Extracted records Start Marker
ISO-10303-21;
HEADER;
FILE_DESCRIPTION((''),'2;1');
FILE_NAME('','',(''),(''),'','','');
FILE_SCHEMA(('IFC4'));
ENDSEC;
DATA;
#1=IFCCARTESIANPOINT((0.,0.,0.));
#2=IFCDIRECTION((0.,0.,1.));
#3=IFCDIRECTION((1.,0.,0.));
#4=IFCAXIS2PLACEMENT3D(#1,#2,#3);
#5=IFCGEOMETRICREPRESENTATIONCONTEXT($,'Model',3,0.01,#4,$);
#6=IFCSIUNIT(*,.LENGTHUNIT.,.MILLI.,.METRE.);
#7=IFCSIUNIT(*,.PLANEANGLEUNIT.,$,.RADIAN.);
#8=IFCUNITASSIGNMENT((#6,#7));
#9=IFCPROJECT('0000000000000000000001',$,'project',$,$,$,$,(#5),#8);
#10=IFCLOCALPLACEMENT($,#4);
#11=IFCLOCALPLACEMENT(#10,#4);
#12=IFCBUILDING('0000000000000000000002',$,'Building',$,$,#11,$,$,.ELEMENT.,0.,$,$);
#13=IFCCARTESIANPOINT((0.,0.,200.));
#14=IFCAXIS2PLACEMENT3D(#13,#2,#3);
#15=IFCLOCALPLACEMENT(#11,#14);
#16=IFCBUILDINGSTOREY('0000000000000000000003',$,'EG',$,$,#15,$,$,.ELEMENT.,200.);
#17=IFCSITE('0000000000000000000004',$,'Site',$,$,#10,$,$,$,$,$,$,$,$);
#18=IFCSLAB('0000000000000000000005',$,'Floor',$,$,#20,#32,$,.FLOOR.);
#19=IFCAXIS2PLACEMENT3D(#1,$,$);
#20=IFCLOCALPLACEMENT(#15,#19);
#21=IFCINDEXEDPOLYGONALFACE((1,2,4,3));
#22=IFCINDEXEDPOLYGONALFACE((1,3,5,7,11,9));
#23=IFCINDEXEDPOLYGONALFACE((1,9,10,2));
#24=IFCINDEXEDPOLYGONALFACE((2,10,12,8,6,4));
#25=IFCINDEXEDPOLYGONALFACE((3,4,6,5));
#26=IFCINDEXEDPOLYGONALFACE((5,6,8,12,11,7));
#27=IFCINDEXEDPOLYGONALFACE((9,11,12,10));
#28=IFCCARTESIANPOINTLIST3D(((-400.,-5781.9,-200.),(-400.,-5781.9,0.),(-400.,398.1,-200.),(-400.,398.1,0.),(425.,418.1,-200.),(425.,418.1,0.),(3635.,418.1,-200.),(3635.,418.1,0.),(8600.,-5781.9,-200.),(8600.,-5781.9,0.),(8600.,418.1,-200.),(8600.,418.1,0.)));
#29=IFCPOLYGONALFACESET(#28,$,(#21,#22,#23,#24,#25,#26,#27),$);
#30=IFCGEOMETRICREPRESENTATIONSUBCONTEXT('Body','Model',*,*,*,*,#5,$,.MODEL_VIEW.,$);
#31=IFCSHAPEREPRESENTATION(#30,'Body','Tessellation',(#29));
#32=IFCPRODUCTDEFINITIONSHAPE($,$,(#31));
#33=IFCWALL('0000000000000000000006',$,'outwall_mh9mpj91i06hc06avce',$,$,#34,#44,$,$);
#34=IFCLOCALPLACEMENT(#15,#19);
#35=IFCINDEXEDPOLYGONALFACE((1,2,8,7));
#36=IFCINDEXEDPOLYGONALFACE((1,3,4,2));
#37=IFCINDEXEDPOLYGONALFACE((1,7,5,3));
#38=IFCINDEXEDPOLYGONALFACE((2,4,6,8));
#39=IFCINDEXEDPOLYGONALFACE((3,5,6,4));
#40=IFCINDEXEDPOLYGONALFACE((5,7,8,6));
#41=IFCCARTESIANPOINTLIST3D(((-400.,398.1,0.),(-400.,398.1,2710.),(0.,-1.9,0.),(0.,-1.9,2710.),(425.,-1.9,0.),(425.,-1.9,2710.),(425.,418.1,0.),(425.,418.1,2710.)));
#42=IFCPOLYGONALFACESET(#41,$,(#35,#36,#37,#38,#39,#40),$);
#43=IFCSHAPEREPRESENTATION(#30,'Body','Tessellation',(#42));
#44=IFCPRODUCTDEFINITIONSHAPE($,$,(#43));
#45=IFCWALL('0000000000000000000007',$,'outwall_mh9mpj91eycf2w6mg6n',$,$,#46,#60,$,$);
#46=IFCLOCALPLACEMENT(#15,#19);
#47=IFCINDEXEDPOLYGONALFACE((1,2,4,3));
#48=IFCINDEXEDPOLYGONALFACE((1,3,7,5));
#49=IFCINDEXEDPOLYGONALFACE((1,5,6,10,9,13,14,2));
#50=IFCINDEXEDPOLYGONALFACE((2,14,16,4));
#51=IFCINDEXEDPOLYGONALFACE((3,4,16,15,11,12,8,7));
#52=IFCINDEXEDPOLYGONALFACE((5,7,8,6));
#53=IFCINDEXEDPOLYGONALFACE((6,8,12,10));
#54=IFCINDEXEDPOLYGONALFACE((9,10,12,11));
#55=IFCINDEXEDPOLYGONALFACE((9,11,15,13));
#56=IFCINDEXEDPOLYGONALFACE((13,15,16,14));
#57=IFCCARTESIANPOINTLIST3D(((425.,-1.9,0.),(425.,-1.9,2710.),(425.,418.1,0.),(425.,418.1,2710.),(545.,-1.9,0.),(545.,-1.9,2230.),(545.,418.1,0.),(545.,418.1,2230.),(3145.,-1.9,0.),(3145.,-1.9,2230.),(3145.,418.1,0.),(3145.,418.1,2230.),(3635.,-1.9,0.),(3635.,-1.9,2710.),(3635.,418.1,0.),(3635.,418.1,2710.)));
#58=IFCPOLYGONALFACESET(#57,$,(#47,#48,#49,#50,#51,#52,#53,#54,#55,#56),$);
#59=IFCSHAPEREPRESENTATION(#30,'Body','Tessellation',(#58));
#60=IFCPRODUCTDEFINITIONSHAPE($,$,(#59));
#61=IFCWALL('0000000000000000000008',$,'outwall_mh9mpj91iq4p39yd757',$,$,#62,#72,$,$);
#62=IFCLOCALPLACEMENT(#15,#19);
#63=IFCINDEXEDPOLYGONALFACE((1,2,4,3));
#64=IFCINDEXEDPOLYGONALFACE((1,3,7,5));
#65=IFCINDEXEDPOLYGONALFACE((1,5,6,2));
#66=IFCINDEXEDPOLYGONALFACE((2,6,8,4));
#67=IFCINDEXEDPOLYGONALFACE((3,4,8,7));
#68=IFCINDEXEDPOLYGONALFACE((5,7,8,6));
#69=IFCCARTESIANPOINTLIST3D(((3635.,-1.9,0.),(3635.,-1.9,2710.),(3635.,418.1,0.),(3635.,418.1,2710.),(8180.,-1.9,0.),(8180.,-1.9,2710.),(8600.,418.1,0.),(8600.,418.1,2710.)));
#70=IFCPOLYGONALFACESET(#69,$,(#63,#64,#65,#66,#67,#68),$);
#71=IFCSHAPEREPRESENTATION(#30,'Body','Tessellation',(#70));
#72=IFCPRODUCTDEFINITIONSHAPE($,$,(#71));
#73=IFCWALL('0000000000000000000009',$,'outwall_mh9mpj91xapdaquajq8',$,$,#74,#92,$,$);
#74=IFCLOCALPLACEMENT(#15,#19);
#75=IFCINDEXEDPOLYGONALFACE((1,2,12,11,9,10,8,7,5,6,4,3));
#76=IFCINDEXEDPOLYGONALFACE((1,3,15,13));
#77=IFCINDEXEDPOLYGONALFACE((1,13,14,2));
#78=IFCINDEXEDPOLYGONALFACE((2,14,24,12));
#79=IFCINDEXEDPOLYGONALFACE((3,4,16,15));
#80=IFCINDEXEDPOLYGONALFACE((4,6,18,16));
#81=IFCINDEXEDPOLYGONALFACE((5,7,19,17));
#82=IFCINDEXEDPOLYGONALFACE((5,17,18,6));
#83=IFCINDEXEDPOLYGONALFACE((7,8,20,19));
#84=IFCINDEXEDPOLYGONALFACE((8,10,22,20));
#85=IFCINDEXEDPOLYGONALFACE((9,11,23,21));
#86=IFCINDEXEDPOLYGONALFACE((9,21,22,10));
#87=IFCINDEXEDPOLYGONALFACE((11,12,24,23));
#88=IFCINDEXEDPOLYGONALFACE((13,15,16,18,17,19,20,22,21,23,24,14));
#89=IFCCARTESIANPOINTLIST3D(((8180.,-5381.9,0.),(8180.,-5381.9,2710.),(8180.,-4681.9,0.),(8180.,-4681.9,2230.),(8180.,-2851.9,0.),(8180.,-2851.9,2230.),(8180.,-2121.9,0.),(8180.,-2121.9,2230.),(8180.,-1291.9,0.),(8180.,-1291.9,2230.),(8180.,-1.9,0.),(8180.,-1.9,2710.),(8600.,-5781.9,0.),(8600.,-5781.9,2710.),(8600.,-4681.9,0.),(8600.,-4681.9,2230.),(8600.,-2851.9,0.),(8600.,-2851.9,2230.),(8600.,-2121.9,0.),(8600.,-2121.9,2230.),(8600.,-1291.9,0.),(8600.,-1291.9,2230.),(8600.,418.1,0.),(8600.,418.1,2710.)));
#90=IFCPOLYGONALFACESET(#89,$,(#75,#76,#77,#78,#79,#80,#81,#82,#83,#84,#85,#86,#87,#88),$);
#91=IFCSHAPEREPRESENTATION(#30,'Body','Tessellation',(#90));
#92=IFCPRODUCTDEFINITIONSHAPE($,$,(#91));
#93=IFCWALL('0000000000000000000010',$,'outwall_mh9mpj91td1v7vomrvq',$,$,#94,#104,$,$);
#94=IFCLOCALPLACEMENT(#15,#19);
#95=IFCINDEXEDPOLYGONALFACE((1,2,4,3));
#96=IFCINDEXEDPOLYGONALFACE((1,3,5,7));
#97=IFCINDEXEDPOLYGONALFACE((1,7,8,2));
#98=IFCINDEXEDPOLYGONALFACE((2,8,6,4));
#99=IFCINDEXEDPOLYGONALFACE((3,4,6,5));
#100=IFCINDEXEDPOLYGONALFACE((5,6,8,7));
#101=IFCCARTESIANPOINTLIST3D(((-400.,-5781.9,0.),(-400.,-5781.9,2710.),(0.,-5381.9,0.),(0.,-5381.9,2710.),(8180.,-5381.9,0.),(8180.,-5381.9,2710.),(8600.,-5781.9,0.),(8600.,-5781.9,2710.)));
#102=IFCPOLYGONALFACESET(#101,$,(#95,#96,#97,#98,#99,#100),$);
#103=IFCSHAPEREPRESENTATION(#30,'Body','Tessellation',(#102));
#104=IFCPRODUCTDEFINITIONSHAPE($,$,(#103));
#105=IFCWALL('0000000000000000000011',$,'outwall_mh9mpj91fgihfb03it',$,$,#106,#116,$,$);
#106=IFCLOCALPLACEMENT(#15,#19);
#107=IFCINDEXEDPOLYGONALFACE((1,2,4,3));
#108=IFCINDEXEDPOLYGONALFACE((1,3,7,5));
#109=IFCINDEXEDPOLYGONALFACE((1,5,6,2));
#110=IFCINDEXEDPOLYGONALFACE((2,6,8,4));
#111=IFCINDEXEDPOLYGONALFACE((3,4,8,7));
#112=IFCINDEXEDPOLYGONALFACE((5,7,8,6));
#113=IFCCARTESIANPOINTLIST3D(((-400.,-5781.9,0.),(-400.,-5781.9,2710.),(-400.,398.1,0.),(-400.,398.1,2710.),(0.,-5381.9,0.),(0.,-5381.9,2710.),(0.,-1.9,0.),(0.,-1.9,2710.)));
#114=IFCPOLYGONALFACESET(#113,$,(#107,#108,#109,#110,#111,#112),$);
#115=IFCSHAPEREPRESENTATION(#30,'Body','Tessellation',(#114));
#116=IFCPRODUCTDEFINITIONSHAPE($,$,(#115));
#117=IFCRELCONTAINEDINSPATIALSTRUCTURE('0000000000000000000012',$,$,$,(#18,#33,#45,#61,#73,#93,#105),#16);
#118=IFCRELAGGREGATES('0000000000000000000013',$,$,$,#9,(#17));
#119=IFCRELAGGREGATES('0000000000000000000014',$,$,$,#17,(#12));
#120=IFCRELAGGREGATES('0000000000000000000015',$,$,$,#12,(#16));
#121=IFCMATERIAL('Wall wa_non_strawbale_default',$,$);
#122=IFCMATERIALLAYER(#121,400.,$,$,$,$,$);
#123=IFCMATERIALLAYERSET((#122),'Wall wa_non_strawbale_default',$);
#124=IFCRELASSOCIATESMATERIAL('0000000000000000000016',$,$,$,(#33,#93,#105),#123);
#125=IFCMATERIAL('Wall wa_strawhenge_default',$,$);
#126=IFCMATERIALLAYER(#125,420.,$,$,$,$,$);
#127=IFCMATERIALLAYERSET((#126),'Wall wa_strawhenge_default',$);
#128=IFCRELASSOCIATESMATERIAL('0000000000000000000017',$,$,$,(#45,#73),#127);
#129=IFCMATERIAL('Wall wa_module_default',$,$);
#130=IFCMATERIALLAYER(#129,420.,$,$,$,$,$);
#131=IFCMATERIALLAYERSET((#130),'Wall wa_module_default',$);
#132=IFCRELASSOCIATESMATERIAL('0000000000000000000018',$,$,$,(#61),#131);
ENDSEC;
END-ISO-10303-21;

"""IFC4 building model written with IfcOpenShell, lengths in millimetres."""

from ifc_helpers import new_model, si_unit, frame, origin_with_axes, place, context, subcontext, project, spatial, polyline, outline, extrude, material, layer, layer_set, layer_usage, element, save


model = new_model("IFC4")

# Units and contexts
model_context = context("Model", 3, precision=0.01, world=origin_with_axes())
body_context = subcontext(model_context, "Body", "Model", "MODEL_VIEW")
ifc_project = project(units=[si_unit("LENGTHUNIT", "METRE", prefix="MILLI"), si_unit("PLANEANGLEUNIT", "RADIAN")], contexts=[model_context])

# Site, building, storey
site_placement = place(None, origin_with_axes())
site = spatial("IfcSite", under=ifc_project, at=site_placement, Name="Site")
building_placement = place(site_placement, origin_with_axes())
building = spatial("IfcBuilding", under=site, at=building_placement, Name="Building", CompositionType="ELEMENT", ElevationOfRefHeight=0.0)
storey_placement = place(building_placement, frame((0.0, 0.0, 200.0), z_axis=(0.0, 0.0, 1.0), x_axis=(1.0, 0.0, 0.0)))
storey = spatial("IfcBuildingStorey", under=building, at=storey_placement, Name="EG", CompositionType="ELEMENT", Elevation=200.0)

# Slab
slab_placement = place(storey_placement, origin_with_axes())
element("IfcSlab", 1, at=slab_placement, inside=storey, Name="Floor", PredefinedType="FLOOR", context=body_context, shape_type="SweptSolid", body=[
    extrude(outline(polyline([(-400.0, -5781.9), (8600.0, -5781.9), (8600.0, 418.1), (3635.0, 418.1), (425.0, 418.1), (-400.0, 398.1), (-400.0, -5781.9)])), origin_with_axes(), (0.0, 0.0, -1.0), 200.0),
])

# Wall
ifc_material_1 = material(Name="Wall wa_non_strawbale_default")
ifc_layer_1 = layer(ifc_material_1, 400.0)
ifc_layer_set_1 = layer_set([ifc_layer_1], Name="Wall wa_non_strawbale_default")
ifc_layer_usage_1 = layer_usage(ifc_layer_set_1, "AXIS2", "POSITIVE", 0.0)
wall_1_placement = place(storey_placement, frame((0.0, -1.9, 0.0), z_axis=(0.0, 0.0, 1.0), x_axis=(1.0, 0.0, 0.0)))
element("IfcWall", 2, at=wall_1_placement, inside=storey, material=ifc_layer_usage_1, Name="outwall_mh9mpj91i06hc06avce", context=body_context, shape_type="SweptSolid", body=[
    extrude(outline(polyline([(0.0, 0.0), (425.0, 0.0), (425.0, 420.0), (-400.0, 400.0), (0.0, 0.0)])), origin_with_axes(), (0.0, 0.0, 1.0), 2710.0),
])

# Wall, opening
ifc_material_2 = material(Name="Wall wa_strawhenge_default")
ifc_layer_2 = layer(ifc_material_2, 420.0)
ifc_layer_set_2 = layer_set([ifc_layer_2], Name="Wall wa_strawhenge_default")
ifc_layer_usage_2 = layer_usage(ifc_layer_set_2, "AXIS2", "POSITIVE", 0.0)
wall_2_placement = place(storey_placement, frame((425.0, -1.9, 0.0), z_axis=(0.0, 0.0, 1.0), x_axis=(1.0, 0.0, 0.0)))
wall_2 = element("IfcWall", 3, at=wall_2_placement, inside=storey, material=ifc_layer_usage_2, Name="outwall_mh9mpj91eycf2w6mg6n", context=body_context, shape_type="SweptSolid", body=[
    extrude(outline(polyline([(0.0, 0.0), (3210.0, 0.0), (3210.0, 420.0), (0.0, 420.0), (0.0, 0.0)])), origin_with_axes(), (0.0, 0.0, 1.0), 2710.0),
])
opening_1_placement = place(wall_2_placement, frame((120.0, 0.0, 0.0), z_axis=(0.0, 0.0, 1.0), x_axis=(1.0, 0.0, 0.0)))
element("IfcOpeningElement", 4, at=opening_1_placement, cuts=wall_2, context=body_context, shape_type="SweptSolid", body=[
    extrude(outline(polyline([(0.0, 0.0), (2600.0, 0.0), (2600.0, 420.0), (0.0, 420.0), (0.0, 0.0)])), origin_with_axes(), (0.0, 0.0, 1.0), 2230.0),
])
Extracted records End Marker
→ **Task goal**
In the records above, find every line containing the word "IFCMATERIALLAYERSET" and show it.

→ **Answer below**
#123=IFCMATERIALLAYERSET((#122),'Wall wa_non_strawbale_default',$);
#127=IFCMATERIALLAYERSET((#126),'Wall wa_strawhenge_default',$);
#131=IFCMATERIALLAYERSET((#130),'Wall wa_module_default',$);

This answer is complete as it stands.